__WHAT YOU NEED TO DO__. In the entries below, the word "Body" appears on some lines. Copy each of those lines.

══ STUDY MATERIAL

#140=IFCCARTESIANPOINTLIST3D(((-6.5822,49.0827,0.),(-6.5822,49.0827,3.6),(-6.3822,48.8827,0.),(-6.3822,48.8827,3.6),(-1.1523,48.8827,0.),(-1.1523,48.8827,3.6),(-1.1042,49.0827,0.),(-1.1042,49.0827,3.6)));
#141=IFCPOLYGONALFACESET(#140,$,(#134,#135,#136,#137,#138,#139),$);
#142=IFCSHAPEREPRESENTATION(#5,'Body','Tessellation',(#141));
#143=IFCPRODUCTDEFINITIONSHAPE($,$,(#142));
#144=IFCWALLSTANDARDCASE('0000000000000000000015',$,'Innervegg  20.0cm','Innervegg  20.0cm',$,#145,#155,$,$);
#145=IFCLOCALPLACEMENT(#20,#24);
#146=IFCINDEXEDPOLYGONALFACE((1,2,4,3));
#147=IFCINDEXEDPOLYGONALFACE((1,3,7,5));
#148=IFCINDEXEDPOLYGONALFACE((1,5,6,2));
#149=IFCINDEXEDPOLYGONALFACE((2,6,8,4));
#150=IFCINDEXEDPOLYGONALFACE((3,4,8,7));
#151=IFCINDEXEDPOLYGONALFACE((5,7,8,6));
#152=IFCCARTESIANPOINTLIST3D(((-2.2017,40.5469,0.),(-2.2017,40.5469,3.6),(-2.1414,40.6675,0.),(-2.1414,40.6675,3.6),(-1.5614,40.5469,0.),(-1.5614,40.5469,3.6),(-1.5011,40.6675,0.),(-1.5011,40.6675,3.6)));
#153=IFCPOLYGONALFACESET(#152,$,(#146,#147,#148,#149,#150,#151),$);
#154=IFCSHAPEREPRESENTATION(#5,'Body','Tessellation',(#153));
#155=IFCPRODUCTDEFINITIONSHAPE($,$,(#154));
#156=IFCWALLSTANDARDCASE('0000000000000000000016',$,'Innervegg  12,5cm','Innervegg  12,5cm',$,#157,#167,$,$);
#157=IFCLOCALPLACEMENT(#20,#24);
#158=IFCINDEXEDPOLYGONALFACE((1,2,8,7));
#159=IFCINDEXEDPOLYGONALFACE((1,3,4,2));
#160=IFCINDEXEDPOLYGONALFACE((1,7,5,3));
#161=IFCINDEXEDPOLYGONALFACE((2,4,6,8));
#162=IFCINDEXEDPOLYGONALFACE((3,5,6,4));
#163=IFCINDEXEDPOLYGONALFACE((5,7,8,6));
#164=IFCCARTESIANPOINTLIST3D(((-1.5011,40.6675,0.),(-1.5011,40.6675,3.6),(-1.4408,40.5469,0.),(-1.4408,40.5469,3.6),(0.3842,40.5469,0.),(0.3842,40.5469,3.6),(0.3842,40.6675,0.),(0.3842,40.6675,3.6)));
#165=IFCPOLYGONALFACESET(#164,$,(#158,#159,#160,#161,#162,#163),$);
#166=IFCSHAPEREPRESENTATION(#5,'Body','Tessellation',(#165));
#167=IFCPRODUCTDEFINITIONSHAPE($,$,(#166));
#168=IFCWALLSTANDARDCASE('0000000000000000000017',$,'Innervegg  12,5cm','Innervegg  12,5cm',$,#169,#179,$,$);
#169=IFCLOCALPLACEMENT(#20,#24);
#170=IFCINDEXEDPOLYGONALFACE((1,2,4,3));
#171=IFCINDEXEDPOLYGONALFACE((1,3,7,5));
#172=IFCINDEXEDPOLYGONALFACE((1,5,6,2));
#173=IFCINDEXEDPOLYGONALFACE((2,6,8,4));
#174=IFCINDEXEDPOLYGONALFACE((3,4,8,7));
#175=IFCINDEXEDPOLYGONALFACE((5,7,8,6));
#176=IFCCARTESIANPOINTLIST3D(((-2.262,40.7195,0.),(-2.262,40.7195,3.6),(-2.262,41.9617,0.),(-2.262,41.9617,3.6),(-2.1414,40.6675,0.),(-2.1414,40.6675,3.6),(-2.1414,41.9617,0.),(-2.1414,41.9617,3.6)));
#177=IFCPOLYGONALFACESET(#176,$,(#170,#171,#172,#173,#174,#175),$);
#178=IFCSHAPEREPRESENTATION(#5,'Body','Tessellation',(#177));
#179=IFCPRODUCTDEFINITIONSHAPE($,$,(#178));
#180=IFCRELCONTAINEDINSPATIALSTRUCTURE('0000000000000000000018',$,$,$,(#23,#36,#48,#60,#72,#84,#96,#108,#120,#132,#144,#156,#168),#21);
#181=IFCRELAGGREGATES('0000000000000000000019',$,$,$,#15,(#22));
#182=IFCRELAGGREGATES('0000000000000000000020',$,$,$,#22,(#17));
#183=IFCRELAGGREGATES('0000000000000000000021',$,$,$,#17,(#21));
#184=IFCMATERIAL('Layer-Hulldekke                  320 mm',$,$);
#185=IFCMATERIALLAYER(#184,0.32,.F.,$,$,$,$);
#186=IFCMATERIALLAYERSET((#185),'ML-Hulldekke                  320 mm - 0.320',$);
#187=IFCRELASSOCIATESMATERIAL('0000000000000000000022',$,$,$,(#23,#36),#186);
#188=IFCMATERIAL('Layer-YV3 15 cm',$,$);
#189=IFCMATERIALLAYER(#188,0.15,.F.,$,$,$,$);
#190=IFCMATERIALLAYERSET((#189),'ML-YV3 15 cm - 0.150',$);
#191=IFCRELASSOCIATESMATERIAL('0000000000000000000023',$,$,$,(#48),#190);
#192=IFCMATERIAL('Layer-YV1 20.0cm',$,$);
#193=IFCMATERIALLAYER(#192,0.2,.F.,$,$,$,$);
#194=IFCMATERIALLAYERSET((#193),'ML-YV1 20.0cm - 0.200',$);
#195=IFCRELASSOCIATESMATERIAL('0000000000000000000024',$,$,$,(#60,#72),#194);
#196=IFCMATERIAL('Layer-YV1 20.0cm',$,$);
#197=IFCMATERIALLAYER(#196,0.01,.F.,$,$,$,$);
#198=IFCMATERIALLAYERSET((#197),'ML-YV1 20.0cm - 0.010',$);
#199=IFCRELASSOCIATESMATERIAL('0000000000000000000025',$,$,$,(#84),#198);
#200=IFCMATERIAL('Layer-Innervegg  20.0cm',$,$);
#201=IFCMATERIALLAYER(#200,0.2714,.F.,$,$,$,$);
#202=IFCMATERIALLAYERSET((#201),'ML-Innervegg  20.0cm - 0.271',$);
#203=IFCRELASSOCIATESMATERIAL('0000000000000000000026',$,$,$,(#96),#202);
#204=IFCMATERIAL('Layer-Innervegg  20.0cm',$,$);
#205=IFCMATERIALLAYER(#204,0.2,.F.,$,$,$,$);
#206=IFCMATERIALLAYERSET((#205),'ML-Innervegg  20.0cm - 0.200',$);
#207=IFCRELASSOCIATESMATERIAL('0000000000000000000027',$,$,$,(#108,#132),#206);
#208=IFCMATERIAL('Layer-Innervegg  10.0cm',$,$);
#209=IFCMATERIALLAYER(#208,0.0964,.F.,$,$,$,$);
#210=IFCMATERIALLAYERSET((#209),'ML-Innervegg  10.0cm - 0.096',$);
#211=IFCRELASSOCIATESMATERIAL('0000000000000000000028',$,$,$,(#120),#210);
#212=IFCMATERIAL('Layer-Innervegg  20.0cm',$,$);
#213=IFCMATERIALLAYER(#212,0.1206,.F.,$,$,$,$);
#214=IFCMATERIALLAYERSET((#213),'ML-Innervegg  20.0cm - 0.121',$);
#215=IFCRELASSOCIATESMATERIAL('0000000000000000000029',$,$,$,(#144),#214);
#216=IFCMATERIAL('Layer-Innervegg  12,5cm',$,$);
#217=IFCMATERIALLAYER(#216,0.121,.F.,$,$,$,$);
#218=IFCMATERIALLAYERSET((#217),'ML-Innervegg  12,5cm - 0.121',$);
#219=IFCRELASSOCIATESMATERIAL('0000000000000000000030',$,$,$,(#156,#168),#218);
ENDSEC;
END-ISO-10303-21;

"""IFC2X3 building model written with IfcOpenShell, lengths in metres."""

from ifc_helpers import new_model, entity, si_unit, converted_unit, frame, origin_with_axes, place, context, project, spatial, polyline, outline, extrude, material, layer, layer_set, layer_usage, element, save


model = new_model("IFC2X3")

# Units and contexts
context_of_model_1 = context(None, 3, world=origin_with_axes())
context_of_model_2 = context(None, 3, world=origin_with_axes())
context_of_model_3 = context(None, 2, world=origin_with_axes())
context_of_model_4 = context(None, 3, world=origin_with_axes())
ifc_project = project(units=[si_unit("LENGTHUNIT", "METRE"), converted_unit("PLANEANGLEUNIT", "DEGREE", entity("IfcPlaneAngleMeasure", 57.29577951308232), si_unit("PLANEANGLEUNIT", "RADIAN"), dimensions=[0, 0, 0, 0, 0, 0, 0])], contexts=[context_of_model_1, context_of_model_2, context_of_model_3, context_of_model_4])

════

__SOLUTION FOR THIS PROBLEM__.
#142=IFCSHAPEREPRESENTATION(#5,'Body','Tessellation',(#141));
#154=IFCSHAPEREPRESENTATION(#5,'Body','Tessellation',(#153));
#166=IFCSHAPEREPRESENTATION(#5,'Body','Tessellation',(#165));
#178=IFCSHAPEREPRESENTATION(#5,'Body','Tessellation',(#177));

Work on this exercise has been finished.